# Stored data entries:
┄┄┄┄┄┄┄┄┄┄┄┄┄┄┄┄┄┄┄┄

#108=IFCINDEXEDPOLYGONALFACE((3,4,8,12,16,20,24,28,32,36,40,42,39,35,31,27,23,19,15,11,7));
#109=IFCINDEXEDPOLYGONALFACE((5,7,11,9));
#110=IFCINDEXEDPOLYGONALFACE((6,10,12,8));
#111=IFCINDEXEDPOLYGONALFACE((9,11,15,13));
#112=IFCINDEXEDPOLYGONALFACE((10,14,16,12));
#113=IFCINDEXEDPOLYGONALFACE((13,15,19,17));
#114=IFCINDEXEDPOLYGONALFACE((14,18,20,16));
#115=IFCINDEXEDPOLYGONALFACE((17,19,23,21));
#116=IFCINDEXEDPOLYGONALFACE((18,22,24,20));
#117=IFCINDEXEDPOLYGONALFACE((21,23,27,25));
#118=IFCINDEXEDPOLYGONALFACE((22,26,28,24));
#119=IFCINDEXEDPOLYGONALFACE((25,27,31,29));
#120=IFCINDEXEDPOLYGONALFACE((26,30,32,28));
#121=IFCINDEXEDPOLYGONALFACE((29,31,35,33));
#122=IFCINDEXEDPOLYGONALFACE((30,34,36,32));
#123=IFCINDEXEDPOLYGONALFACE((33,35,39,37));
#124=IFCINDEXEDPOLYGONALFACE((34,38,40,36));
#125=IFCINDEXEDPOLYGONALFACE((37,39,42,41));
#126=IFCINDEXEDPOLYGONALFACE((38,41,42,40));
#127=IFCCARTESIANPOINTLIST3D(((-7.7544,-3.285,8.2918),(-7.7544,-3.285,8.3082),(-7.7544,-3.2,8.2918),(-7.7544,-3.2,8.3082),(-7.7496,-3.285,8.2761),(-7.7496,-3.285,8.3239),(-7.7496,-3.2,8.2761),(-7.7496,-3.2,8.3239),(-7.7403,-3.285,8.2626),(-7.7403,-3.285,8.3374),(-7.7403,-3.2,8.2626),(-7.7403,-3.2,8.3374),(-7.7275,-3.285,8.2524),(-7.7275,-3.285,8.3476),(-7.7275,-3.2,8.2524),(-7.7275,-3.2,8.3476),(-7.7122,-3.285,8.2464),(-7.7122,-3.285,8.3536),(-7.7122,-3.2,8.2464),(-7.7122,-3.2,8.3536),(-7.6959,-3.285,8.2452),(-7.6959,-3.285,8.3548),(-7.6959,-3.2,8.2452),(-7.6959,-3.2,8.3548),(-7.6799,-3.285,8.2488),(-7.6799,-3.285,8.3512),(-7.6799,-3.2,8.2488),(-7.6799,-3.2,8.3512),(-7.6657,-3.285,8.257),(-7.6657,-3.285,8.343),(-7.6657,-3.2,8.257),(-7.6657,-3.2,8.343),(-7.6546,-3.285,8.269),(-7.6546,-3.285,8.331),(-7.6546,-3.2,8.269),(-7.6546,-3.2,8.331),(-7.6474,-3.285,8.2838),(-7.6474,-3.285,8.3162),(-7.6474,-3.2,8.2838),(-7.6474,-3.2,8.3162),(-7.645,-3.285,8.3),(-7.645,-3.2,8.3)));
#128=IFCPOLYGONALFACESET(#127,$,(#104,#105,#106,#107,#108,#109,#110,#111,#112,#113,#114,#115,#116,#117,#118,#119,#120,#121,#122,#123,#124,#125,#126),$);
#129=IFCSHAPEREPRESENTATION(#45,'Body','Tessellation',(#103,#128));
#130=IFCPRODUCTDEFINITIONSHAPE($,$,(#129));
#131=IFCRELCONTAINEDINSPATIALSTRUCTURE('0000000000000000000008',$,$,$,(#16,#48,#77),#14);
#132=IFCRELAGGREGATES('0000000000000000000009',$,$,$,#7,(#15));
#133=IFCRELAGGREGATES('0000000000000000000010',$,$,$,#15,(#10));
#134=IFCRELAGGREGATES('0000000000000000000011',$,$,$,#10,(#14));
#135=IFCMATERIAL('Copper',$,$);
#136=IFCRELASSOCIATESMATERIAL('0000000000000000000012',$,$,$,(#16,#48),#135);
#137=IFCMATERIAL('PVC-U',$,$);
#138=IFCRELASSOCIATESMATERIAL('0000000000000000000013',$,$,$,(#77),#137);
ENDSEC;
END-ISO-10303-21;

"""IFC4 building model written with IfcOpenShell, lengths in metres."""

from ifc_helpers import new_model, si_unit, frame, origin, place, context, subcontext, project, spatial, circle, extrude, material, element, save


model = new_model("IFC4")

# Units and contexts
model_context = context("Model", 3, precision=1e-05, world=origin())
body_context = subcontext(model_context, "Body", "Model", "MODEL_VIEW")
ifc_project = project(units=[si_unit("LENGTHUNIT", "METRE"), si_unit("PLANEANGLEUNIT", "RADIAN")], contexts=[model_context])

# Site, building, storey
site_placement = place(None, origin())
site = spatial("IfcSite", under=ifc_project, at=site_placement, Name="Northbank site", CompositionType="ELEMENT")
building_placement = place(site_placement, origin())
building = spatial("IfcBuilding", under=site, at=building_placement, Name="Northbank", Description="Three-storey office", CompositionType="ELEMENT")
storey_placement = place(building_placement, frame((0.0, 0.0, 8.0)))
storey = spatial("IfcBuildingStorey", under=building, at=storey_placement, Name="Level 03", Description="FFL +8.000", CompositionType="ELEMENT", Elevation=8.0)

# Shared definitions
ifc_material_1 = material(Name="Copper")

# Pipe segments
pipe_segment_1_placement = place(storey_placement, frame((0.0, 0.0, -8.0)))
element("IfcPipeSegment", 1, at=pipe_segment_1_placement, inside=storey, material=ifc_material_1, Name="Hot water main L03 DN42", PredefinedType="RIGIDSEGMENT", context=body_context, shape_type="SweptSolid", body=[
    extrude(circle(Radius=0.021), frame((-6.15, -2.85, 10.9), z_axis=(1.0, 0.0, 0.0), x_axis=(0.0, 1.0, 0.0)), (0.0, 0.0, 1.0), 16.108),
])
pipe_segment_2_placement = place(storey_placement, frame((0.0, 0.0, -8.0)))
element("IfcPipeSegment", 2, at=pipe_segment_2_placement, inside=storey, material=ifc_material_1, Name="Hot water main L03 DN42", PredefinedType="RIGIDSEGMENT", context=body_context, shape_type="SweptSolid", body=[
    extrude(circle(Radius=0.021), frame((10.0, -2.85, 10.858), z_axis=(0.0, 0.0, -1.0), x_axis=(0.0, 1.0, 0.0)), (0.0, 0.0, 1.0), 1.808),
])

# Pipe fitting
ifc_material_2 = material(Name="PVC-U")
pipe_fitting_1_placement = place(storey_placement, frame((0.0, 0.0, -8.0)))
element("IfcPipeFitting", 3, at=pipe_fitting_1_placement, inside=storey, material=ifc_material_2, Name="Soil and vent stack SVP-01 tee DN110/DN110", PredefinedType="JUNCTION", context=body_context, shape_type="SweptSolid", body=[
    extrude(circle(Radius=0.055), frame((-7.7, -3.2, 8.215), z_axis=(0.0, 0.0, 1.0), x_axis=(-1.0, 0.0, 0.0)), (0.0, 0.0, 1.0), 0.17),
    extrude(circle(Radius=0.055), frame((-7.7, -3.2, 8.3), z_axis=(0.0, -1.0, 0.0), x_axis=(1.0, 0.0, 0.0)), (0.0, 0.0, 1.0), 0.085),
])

┄┄┄┄┄┄┄┄┄┄┄┄┄┄┄┄┄┄┄┄

# INSTRUCTIONS FOR THE TASK:
With "under" as the word to match, copy each line of the records that has it.

# THE COMPLETED TASK:
site = spatial("IfcSite", under=ifc_project, at=site_placement, Name="Northbank site", CompositionType="ELEMENT")
building = spatial("IfcBuilding", under=site, at=building_placement, Name="Northbank", Description="Three-storey office", CompositionType="ELEMENT")
storey = spatial("IfcBuildingStorey", under=building, at=storey_placement, Name="Level 03", Description="FFL +8.000", CompositionType="ELEMENT", Elevation=8.0)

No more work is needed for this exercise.